##### Records provided #####

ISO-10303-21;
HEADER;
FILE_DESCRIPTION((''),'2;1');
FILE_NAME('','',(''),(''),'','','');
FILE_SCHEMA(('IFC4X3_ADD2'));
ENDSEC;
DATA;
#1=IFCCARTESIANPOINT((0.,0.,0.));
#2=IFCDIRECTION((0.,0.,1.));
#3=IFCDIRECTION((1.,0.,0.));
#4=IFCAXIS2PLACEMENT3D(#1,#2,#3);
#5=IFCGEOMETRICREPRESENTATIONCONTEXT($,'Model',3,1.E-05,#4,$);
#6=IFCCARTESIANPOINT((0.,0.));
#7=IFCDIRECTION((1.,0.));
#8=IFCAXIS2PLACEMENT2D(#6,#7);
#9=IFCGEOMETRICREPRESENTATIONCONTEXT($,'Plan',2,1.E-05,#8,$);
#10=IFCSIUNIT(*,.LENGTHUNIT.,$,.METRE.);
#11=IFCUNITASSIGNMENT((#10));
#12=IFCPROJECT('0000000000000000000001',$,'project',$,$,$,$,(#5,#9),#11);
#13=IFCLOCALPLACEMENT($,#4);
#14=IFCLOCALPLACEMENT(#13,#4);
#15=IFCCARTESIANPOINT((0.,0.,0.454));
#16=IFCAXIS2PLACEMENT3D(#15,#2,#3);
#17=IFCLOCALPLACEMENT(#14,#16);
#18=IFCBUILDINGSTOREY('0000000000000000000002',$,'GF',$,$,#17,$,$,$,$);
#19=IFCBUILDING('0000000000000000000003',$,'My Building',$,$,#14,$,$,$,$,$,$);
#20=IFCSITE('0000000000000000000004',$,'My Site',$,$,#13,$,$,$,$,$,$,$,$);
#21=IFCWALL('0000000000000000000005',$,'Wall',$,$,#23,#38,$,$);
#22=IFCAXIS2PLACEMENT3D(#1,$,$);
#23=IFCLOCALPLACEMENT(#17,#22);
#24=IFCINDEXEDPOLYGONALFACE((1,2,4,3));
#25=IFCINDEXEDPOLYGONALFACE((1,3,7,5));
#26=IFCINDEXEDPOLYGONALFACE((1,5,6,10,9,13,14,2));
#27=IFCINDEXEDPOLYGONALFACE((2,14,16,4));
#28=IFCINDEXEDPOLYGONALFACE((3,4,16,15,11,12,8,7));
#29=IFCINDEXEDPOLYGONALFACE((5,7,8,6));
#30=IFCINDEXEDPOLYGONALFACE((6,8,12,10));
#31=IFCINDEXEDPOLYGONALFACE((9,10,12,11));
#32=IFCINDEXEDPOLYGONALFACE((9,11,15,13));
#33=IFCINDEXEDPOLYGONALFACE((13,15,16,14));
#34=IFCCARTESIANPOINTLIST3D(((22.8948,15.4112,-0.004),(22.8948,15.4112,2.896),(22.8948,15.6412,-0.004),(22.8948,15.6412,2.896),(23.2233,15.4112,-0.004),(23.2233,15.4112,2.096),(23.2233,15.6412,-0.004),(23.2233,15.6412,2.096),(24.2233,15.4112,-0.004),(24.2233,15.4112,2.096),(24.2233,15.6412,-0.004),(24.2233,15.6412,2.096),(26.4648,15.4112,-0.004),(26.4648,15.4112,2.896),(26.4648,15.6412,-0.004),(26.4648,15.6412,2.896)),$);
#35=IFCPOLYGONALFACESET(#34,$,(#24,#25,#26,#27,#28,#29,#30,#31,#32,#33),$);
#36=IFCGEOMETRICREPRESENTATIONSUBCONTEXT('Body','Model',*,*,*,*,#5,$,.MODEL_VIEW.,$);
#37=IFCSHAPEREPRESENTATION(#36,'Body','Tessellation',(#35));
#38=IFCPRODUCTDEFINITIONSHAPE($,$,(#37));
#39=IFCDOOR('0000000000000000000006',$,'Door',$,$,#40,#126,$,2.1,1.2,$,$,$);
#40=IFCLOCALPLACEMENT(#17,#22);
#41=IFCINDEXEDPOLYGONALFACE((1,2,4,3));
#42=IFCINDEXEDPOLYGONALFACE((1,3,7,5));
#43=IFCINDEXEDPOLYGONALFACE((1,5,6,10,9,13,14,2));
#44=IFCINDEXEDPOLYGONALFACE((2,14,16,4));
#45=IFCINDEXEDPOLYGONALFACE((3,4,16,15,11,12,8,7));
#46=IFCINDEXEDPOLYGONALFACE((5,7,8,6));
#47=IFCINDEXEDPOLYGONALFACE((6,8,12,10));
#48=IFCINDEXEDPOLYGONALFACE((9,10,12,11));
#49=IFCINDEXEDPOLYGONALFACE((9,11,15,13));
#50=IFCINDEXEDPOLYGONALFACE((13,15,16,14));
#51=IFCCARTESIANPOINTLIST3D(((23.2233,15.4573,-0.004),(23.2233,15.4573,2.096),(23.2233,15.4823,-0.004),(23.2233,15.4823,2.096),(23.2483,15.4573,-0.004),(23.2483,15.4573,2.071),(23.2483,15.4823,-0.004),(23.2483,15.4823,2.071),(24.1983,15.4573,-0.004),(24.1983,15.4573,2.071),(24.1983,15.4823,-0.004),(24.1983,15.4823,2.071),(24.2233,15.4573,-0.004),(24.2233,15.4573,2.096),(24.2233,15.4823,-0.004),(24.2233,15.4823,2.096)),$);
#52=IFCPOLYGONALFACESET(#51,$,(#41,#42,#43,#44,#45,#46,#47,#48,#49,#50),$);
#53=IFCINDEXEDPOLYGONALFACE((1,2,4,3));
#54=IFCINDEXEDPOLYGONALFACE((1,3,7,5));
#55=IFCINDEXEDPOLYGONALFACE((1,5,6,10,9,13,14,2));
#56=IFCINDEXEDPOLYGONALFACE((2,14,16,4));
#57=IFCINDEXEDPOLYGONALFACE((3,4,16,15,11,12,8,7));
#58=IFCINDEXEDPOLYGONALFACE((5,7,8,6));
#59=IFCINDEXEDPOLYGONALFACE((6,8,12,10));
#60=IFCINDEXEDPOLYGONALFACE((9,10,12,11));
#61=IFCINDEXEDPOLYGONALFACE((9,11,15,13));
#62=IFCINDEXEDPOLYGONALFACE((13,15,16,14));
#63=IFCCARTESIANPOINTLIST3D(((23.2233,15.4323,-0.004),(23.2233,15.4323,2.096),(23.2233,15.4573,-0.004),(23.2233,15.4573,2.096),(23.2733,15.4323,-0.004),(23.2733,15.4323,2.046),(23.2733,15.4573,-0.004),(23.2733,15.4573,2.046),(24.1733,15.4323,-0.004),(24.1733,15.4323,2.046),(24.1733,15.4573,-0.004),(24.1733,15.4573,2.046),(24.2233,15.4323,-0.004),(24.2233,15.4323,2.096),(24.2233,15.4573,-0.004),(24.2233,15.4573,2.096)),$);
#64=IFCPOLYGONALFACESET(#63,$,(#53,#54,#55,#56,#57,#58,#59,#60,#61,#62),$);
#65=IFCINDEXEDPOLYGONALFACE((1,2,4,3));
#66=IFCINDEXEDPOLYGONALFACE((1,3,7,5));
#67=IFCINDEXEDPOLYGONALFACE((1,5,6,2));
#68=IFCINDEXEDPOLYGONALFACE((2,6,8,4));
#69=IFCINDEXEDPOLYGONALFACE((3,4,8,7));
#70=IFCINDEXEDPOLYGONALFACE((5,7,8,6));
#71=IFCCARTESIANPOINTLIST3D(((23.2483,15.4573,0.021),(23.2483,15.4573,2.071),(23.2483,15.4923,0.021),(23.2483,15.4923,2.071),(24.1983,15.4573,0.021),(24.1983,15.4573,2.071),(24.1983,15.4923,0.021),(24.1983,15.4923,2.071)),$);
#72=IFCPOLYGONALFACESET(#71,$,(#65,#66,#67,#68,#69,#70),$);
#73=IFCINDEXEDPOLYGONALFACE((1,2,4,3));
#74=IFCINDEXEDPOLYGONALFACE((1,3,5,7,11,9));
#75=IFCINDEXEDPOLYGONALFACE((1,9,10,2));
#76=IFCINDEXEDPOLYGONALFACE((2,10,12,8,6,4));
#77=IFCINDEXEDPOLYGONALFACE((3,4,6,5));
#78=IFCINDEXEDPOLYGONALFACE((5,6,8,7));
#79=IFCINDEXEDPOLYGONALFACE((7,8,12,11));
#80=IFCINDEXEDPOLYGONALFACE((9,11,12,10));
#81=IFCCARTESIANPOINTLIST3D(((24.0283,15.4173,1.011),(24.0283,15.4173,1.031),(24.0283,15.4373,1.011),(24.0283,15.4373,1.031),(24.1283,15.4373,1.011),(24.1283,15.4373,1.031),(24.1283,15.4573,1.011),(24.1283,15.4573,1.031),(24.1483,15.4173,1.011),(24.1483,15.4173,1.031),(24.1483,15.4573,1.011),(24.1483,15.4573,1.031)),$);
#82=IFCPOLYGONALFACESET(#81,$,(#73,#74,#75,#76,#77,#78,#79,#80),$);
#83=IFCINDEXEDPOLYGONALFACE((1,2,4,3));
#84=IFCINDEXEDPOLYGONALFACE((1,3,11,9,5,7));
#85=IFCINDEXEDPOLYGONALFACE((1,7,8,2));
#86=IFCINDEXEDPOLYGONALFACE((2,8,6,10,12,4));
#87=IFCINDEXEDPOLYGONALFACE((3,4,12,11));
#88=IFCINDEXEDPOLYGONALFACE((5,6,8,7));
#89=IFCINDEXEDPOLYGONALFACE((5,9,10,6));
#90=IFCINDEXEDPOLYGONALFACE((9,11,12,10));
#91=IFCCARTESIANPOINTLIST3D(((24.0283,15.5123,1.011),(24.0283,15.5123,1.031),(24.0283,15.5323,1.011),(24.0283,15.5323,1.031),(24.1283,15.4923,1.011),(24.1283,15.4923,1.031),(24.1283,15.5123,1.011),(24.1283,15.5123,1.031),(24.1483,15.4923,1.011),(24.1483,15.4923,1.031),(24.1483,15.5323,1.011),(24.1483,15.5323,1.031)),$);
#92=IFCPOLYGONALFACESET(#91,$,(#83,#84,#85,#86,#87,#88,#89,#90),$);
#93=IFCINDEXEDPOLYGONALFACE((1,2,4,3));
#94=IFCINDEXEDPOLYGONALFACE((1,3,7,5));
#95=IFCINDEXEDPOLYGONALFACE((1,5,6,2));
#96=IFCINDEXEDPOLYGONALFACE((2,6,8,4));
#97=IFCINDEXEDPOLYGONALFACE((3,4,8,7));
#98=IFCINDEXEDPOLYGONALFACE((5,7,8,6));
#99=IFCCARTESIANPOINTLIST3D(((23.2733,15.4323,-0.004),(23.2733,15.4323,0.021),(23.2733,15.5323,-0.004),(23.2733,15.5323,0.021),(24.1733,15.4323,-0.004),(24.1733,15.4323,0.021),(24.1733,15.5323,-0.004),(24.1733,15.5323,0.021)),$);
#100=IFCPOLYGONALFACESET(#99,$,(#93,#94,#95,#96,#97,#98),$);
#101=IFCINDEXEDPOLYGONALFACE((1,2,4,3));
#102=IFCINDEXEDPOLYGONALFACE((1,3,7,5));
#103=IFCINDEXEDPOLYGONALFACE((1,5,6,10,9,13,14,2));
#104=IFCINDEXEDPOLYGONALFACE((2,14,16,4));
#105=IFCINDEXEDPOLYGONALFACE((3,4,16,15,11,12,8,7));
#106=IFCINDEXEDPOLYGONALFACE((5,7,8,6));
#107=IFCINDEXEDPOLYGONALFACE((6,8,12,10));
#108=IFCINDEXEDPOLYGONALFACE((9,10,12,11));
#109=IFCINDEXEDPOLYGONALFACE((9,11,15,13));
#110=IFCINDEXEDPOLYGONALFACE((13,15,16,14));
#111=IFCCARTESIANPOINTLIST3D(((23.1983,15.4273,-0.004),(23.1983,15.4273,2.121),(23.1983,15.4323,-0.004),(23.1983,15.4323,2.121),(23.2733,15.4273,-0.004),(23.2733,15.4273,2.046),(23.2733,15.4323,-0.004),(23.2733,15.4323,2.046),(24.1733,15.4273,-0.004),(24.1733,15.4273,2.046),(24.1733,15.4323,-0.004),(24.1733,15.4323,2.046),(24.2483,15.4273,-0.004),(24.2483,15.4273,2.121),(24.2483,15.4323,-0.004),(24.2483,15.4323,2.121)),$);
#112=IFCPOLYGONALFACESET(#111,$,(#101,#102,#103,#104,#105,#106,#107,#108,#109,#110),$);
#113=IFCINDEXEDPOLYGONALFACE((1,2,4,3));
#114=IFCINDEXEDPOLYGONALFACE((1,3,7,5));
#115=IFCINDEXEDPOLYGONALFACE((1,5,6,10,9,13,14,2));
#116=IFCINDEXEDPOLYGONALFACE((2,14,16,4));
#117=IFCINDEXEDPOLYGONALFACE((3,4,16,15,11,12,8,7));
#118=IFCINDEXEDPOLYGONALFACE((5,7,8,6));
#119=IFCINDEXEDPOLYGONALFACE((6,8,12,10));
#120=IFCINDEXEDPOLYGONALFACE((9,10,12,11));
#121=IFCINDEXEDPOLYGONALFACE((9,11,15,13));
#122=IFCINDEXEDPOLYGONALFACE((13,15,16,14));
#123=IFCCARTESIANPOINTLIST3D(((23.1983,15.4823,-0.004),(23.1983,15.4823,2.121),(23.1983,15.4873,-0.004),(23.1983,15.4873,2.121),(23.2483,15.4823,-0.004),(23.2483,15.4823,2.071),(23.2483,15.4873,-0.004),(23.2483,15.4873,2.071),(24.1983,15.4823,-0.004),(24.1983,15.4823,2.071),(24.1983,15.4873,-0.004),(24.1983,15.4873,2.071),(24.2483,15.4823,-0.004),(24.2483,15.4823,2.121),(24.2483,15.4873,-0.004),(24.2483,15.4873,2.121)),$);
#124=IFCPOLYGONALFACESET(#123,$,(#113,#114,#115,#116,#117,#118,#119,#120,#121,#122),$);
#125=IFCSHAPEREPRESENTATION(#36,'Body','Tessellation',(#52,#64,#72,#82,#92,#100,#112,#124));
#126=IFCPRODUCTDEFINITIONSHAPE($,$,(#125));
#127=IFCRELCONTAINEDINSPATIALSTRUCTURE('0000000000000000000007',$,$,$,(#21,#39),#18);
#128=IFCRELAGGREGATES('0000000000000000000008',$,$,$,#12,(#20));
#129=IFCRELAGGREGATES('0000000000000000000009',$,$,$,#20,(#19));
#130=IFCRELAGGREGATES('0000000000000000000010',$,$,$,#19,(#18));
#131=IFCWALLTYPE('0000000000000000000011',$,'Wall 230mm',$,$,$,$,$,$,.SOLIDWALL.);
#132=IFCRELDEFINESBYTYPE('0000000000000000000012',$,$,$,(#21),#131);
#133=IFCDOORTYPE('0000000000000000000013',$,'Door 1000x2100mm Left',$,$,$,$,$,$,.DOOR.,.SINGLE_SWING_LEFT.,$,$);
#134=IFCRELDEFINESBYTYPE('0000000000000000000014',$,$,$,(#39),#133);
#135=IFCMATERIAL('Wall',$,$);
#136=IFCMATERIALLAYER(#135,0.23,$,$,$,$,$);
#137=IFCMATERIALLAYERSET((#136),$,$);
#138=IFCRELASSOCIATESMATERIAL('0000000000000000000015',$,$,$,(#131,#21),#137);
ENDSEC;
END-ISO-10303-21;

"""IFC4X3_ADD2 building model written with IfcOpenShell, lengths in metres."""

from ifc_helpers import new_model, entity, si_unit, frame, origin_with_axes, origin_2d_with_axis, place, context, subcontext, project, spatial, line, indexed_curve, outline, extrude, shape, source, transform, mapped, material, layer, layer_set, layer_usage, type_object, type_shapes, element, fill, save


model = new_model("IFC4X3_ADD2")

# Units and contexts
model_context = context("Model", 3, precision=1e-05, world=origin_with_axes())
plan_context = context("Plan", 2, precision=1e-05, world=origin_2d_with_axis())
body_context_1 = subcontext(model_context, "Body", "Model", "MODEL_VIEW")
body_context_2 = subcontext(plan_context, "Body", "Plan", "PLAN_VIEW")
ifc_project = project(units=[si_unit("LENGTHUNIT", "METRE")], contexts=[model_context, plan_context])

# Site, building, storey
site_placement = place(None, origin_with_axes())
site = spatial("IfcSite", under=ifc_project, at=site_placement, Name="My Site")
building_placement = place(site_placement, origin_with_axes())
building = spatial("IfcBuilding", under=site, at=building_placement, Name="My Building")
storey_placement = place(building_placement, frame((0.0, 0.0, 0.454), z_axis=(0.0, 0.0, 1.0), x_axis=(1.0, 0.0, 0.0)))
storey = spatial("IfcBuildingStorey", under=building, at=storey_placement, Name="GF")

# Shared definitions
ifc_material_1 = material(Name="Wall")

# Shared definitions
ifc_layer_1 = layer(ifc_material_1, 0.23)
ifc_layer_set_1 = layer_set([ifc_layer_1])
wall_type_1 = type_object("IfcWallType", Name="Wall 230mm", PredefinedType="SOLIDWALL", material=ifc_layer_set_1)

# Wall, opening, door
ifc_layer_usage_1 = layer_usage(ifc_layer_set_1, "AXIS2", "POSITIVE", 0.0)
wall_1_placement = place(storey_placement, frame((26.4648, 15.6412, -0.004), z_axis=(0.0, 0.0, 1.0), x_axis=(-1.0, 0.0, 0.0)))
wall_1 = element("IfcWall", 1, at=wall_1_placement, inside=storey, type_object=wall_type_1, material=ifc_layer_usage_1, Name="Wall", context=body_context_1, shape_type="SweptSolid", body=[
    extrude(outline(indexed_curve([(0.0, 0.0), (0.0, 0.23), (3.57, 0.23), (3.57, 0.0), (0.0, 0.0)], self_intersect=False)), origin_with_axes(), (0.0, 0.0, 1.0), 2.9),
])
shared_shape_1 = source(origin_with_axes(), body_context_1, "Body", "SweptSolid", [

#####

Work task ->
The response must consist of the lines above, from the first one through the line containing "#17=IFCLOCALPLACEMENT(#14,#16);", reproduced exactly.

Task output ->
ISO-10303-21;
HEADER;
FILE_DESCRIPTION((''),'2;1');
FILE_NAME('','',(''),(''),'','','');
FILE_SCHEMA(('IFC4X3_ADD2'));
ENDSEC;
DATA;
#1=IFCCARTESIANPOINT((0.,0.,0.));
#2=IFCDIRECTION((0.,0.,1.));
#3=IFCDIRECTION((1.,0.,0.));
#4=IFCAXIS2PLACEMENT3D(#1,#2,#3);
#5=IFCGEOMETRICREPRESENTATIONCONTEXT($,'Model',3,1.E-05,#4,$);
#6=IFCCARTESIANPOINT((0.,0.));
#7=IFCDIRECTION((1.,0.));
#8=IFCAXIS2PLACEMENT2D(#6,#7);
#9=IFCGEOMETRICREPRESENTATIONCONTEXT($,'Plan',2,1.E-05,#8,$);
#10=IFCSIUNIT(*,.LENGTHUNIT.,$,.METRE.);
#11=IFCUNITASSIGNMENT((#10));
#12=IFCPROJECT('0000000000000000000001',$,'project',$,$,$,$,(#5,#9),#11);
#13=IFCLOCALPLACEMENT($,#4);
#14=IFCLOCALPLACEMENT(#13,#4);
#15=IFCCARTESIANPOINT((0.,0.,0.454));
#16=IFCAXIS2PLACEMENT3D(#15,#2,#3);
#17=IFCLOCALPLACEMENT(#14,#16);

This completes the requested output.